The max roll after d rolls is a discrete random variable with 6 possible outcomes. To find it’s probability distribution function (pdf) we need to find the probability of getting one of these outcomes.
Let’s first look at the concrete case of getting a max roll of 4 after d=3 rolls. First, we know that all of our rolls need to be under 5, which we can model as \((\frac{4}{6})^3\).
Next we need to know, given that all our rolls are under 5, the probability that at least one was a 4. We can model this as 1 minus the probability that none of the rolls were 4, or \(1-(\frac{3}{4})^3\).

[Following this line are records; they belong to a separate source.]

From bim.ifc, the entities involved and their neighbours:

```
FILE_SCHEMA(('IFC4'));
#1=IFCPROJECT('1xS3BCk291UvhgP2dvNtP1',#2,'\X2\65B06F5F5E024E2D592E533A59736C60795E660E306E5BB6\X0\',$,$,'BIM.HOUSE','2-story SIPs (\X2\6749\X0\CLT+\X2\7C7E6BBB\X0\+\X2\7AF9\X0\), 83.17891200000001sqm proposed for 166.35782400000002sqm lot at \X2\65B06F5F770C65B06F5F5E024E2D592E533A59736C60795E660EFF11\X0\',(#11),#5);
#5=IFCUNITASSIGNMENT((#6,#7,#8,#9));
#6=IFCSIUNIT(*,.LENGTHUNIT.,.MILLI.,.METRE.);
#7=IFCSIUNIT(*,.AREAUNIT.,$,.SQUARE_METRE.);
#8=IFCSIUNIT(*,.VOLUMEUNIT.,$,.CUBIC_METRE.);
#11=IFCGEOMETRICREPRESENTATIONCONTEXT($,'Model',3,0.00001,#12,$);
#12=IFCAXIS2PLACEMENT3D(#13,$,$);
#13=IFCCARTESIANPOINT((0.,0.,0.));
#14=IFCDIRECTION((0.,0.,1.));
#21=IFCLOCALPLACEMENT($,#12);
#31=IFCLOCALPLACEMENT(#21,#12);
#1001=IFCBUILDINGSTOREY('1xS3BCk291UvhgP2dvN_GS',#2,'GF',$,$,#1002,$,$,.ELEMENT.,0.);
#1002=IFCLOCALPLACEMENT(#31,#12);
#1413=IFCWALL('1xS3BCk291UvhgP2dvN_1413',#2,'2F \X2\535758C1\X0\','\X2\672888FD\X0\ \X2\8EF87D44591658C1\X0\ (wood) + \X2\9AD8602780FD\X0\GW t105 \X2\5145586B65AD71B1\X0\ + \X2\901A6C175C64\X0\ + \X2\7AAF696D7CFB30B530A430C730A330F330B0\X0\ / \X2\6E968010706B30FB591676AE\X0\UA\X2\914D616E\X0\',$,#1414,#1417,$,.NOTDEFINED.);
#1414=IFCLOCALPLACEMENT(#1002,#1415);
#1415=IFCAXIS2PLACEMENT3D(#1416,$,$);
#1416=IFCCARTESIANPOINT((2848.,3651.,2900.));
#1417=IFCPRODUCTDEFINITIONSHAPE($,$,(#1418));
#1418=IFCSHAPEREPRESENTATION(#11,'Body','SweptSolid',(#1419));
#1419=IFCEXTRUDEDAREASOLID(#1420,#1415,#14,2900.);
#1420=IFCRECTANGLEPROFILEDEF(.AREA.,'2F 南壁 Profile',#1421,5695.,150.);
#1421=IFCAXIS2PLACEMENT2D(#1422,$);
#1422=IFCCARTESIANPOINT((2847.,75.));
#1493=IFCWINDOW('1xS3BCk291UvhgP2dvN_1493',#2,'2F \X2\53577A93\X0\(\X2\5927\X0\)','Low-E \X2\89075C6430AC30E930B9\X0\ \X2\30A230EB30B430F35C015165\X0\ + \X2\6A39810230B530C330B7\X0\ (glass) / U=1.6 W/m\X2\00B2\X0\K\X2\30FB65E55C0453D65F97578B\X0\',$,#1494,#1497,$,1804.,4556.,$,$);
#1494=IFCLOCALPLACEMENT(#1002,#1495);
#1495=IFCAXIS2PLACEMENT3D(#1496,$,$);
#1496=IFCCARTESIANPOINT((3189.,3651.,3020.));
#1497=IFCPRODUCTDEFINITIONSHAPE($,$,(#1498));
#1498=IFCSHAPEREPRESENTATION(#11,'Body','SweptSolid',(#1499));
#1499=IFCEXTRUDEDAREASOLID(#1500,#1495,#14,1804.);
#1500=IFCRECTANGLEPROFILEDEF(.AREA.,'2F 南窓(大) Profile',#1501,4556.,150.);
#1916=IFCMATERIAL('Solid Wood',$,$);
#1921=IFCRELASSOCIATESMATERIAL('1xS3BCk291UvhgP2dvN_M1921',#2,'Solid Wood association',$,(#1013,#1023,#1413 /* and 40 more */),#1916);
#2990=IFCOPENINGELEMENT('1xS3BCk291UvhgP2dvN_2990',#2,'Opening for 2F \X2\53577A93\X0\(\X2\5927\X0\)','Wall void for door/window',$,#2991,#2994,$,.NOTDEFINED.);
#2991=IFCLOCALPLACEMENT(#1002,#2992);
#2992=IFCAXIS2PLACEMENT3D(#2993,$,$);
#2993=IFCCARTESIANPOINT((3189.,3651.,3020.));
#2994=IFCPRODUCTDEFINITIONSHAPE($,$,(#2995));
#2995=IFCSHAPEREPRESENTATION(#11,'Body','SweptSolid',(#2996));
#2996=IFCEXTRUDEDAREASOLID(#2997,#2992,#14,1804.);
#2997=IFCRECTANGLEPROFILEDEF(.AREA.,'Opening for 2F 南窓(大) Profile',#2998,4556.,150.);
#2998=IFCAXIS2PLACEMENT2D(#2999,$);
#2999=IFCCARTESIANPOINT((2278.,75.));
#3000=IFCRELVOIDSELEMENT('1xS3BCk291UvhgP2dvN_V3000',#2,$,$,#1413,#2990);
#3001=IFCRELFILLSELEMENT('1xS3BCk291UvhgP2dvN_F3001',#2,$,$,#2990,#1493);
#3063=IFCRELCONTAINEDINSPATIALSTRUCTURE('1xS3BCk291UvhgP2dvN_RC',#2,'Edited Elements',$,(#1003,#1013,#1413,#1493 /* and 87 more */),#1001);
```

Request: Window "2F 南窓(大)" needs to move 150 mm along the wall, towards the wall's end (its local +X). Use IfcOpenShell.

```python
import ifcopenshell
import ifcopenshell.api.geometry
import ifcopenshell.util.placement
import ifcopenshell.util.unit

model = ifcopenshell.open("bim.ifc")
unit_scale = ifcopenshell.util.unit.calculate_unit_scale(model)

window = model.by_id(1493)
opening = window.FillsVoids[0].RelatingOpeningElement
wall = opening.VoidsElements[0].RelatingBuildingElement

wall_matrix = ifcopenshell.util.placement.get_local_placement(wall.ObjectPlacement)
shift = wall_matrix[:3, 0] * 0.15 / unit_scale
before = ifcopenshell.util.placement.get_local_placement(window.ObjectPlacement)[:3, 3].copy()

# The window is not placed relative to its opening, so move both.
for product in (opening, window):
    matrix = ifcopenshell.util.placement.get_local_placement(product.ObjectPlacement)
    matrix[:3, 3] += shift
    ifcopenshell.api.geometry.edit_object_placement(model, product=product, matrix=matrix, is_si=False)

after = ifcopenshell.util.placement.get_local_placement(window.ObjectPlacement)[:3, 3]
print("window moved by", (after - before).round(3) + 0.0)

model.write("bim-out.ifc")
```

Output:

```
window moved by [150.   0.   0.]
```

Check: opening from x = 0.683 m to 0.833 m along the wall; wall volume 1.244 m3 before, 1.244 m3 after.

Note that the denominator is a 4, since we are calculating based on the condition that all our rolls were under 5.
We can combine these probabilities as \((\frac{4}{6})^3\times[1-(\frac{3}{4})^3]\). This comes out to
(4/6)^3*(1-(3/4)^3)
[1] 0.1712963
or 17.1%. We can follow this model for any desired max roll and for any number of dice rolls. The generic formula becomes \(P(Max Roll = \textit{k}|\textit{d } rolls) = (\frac{k}{6})^d\times[1-(\frac{k-1}{k})^d]\).
Distibuting the outside into the rest, we get \(P(Max Roll = \textit{k}|\textit{d } rolls) = (\frac{k}{6})^d-(\frac{k-1}{6})^d\). Using this formula we can write a function to generate a pdf for max roll
pdfMaxRoll = function(d) {
k = 1:6
(k/6)^d*(1-((k-1)/k)^d)
}
pdfMaxRoll(3)
[1] 0.00462963 0.03240741 0.08796296 0.17129630 0.28240741 0.42129630
As you can see, when we input 3 into this function, the 4th value of the output matches our calculation for a max of 4 given 3 dice rolls. We can modify the function slightly to allow for generation of a pdf table for all dice rolls from 1 to 5.

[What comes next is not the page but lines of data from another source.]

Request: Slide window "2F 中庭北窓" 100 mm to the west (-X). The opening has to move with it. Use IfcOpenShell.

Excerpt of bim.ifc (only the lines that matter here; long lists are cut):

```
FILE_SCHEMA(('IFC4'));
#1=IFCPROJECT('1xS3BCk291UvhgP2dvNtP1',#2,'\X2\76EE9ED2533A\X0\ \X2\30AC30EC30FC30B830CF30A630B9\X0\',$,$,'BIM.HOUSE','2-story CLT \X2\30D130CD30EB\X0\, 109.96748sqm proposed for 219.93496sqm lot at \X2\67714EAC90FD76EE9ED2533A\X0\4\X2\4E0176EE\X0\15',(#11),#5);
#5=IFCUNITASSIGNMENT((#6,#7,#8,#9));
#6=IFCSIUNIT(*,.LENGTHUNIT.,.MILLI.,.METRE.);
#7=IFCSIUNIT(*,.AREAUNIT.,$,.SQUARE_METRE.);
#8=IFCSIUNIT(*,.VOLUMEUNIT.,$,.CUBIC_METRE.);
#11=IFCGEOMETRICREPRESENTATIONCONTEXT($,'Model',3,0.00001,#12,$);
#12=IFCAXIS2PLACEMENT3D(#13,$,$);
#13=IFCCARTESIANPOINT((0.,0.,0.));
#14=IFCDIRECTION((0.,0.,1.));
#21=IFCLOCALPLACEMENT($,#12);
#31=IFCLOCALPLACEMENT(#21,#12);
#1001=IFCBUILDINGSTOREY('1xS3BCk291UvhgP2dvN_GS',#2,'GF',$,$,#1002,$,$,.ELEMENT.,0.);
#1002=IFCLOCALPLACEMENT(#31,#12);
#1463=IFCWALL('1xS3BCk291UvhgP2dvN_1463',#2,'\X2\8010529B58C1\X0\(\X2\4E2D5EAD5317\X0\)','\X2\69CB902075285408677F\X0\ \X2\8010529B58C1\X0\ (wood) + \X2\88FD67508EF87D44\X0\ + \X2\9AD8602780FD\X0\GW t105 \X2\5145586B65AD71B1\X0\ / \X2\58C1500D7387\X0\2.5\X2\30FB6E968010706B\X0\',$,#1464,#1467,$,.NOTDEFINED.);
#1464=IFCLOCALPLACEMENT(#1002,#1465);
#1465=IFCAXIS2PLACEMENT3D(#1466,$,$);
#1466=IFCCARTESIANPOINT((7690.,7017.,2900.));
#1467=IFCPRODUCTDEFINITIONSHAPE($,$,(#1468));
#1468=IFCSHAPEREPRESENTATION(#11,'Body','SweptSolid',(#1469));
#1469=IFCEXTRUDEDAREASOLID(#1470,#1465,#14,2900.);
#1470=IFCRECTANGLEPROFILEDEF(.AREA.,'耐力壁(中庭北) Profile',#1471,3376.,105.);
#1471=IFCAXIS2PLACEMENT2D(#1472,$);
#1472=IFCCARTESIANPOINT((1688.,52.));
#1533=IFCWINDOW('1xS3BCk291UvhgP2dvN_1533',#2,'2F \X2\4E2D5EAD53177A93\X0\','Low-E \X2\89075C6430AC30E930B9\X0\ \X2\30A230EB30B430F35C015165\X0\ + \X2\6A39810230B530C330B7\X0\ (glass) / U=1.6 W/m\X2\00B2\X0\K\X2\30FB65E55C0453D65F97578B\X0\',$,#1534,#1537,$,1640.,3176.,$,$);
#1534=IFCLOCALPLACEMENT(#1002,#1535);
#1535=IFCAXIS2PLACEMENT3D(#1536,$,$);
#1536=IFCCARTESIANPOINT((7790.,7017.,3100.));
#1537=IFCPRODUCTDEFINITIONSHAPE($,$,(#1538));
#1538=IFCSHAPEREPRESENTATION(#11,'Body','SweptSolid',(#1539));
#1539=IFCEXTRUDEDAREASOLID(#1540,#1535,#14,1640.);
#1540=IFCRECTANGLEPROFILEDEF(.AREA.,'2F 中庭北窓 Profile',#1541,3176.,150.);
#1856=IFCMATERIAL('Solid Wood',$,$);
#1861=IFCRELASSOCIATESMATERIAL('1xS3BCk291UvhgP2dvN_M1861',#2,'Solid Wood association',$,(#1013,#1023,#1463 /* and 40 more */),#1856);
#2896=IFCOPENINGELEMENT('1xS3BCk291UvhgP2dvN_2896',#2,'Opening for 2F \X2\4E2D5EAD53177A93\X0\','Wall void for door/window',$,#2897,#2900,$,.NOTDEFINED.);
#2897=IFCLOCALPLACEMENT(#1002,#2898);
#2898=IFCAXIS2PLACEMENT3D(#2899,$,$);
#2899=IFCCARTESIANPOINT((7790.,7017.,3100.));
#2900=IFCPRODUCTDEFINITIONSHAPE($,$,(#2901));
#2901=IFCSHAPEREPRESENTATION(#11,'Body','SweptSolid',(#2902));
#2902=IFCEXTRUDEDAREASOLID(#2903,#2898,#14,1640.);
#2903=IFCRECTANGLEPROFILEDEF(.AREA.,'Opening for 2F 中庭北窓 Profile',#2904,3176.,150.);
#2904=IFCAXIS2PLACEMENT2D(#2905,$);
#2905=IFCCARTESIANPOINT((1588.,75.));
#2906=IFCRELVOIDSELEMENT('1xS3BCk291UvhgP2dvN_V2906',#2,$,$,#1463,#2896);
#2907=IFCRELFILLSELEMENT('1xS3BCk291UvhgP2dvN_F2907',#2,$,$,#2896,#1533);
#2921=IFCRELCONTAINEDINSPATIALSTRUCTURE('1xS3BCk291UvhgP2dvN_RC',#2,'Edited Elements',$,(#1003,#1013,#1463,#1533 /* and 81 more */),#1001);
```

```python
import ifcopenshell
import ifcopenshell.api.geometry
import ifcopenshell.util.placement
import ifcopenshell.util.unit

model = ifcopenshell.open("bim.ifc")
unit_scale = ifcopenshell.util.unit.calculate_unit_scale(model)

window = model.by_id(1533)
opening = window.FillsVoids[0].RelatingOpeningElement
wall = opening.VoidsElements[0].RelatingBuildingElement

wall_matrix = ifcopenshell.util.placement.get_local_placement(wall.ObjectPlacement)
shift = wall_matrix[:3, 0] * -0.1 / unit_scale
before = ifcopenshell.util.placement.get_local_placement(window.ObjectPlacement)[:3, 3].copy()

# The window is not placed relative to its opening, so move both.
for product in (opening, window):
    matrix = ifcopenshell.util.placement.get_local_placement(product.ObjectPlacement)
    matrix[:3, 3] += shift
    ifcopenshell.api.geometry.edit_object_placement(model, product=product, matrix=matrix, is_si=False)

after = ifcopenshell.util.placement.get_local_placement(window.ObjectPlacement)[:3, 3]
print("window moved by", (after - before).round(3) + 0.0)

model.write("bim_edited.ifc")
```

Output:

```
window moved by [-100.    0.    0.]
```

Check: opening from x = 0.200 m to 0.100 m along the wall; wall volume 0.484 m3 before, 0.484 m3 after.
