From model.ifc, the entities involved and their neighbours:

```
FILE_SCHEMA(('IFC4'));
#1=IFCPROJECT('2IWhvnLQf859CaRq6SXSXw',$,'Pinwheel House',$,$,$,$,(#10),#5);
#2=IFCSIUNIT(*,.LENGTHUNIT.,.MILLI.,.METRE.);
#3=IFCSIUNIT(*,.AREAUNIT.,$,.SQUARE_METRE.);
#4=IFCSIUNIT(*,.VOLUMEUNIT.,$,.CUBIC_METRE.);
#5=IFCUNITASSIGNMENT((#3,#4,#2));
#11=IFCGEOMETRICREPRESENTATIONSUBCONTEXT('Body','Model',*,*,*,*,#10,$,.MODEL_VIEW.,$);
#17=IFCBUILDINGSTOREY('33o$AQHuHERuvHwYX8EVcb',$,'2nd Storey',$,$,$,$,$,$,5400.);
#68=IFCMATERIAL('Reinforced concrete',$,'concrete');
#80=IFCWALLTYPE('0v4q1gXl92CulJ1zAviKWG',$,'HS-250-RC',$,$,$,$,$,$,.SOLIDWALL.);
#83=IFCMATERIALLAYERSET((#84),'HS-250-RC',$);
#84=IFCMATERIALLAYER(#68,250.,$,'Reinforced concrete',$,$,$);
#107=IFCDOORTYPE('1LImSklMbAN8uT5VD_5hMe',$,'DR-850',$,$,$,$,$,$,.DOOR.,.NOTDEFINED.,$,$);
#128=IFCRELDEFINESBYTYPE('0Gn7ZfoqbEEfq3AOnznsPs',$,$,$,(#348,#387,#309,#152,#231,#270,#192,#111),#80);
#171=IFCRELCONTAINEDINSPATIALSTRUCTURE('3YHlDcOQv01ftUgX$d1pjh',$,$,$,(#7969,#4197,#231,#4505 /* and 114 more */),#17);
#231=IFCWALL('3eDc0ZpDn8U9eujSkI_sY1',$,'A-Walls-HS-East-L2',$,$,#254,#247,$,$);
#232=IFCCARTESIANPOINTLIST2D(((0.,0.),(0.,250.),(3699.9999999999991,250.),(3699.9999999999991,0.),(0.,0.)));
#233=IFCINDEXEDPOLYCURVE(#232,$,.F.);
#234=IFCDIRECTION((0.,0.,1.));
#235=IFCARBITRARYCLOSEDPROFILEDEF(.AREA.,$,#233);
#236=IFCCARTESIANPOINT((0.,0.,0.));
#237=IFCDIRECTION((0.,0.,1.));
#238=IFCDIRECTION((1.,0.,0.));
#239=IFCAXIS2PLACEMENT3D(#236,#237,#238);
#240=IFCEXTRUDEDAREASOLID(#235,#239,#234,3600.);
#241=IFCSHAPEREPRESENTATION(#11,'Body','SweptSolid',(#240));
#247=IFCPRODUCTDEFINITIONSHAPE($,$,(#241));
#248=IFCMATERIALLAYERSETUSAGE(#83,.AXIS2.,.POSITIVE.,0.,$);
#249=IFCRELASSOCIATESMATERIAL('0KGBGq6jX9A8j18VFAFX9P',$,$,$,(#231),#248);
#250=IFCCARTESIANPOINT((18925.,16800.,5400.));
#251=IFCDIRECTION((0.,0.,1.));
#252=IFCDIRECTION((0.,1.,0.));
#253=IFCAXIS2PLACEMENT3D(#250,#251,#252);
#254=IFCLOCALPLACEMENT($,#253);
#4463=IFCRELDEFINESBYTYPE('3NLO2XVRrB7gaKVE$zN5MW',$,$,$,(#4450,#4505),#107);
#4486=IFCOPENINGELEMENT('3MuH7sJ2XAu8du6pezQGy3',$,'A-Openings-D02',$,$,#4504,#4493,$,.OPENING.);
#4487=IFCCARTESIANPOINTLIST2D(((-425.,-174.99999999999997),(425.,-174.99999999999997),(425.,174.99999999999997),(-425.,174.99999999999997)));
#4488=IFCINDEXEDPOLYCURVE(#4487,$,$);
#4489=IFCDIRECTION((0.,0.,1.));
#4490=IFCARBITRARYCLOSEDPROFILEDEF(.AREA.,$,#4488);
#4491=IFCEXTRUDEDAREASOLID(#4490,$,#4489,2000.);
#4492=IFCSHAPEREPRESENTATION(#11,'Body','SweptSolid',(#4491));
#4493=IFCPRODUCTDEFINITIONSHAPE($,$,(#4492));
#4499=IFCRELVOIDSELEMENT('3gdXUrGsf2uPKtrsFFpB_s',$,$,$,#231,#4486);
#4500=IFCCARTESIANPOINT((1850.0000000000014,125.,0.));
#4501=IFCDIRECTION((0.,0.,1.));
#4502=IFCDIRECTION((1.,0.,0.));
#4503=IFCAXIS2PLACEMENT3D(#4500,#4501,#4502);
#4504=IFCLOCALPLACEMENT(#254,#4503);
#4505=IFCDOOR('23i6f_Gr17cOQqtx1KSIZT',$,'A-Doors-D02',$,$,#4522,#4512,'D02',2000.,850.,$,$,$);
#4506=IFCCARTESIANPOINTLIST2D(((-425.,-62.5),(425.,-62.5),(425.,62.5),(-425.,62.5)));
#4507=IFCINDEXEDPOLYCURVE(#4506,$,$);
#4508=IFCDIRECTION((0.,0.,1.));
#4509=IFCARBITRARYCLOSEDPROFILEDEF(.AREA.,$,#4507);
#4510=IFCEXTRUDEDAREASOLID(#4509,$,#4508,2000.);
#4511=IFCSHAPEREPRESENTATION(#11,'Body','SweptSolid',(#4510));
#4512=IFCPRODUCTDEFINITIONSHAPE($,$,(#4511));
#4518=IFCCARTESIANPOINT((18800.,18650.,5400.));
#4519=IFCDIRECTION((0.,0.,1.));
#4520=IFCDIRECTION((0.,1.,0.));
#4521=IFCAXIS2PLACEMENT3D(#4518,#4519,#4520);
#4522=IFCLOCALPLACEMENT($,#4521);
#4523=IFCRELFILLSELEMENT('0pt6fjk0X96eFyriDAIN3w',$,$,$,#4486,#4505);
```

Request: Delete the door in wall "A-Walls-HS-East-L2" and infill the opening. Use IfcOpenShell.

```python
import ifcopenshell
import ifcopenshell.api.feature
import ifcopenshell.api.root
import ifcopenshell.geom
import ifcopenshell.util.shape

model = ifcopenshell.open("model.ifc")
settings = ifcopenshell.geom.settings()


def volume(element):
    """Net volume in cubic metres, openings subtracted."""
    shape = ifcopenshell.geom.create_shape(settings, element)
    return ifcopenshell.util.shape.get_volume(shape.geometry)


door = model.by_guid("23i6f_Gr17cOQqtx1KSIZT")
opening = door.FillsVoids[0].RelatingOpeningElement
wall = opening.VoidsElements[0].RelatingBuildingElement
before = volume(wall)

ifcopenshell.api.root.remove_product(model, product=door)
ifcopenshell.api.feature.remove_feature(model, feature=opening)

after = volume(wall)

print(f"wall volume {before:.3f} -> {after:.3f} m3")

model.write("model_updated.ifc")
```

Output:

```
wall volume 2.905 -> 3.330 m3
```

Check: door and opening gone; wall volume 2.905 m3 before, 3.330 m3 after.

pdfMaxRoll = function(d=0) {
if(d==0)
return(data.frame(1:6,pdfMaxRoll(1),pdfMaxRoll(2),pdfMaxRoll(3),pdfMaxRoll(4),pdfMaxRoll(5)))
k = 1:6
(k/6)^d*(1-((k-1)/k)^d)
}
pdfMaxRoll()
In the 3rd column we can see the same data for 3 dice rolls.
Now we can calculate the expected value for max dice roll. We can get the expected value of a discrete random variable with the formula \(EV = \sum\limits_{k=1}^n k\times p_k\). In our case, k is a value for max dice roll, p_k is the probability of getting that value, and n is 6.
So the expected value for max roll, given d dice rolls would be \(EV = 1*[(\frac{1}{6})^d-(\frac{0}{6})^d] + 2*[(\frac{2}{6})^d-(\frac{1}{6})^d] + 3*[(\frac{3}{6})^d-(\frac{2}{6})^d] + ...\).
As you can see this series cascades and terms cancel out. At the end we are left with \(EV = 6-(\frac{5}{6})^d-(\frac{4}{6})^d-(\frac{3}{6})^d-(\frac{2}{6})^d-(\frac{1}{6})^d\). We can write this as a function
expMaxRoll = function(d=1:5) {
6 - (5/6)^d - (4/6)^d - (3/6)^d - (2/6)^d - (1/6)^d
}
expMaxRoll()
[1] 3.500000 4.472222 4.958333 5.244599 5.430941
The default input for this function is the range from 1 to 5, so the output we get is the expected value for max roll for 1 to 5 dice rolls.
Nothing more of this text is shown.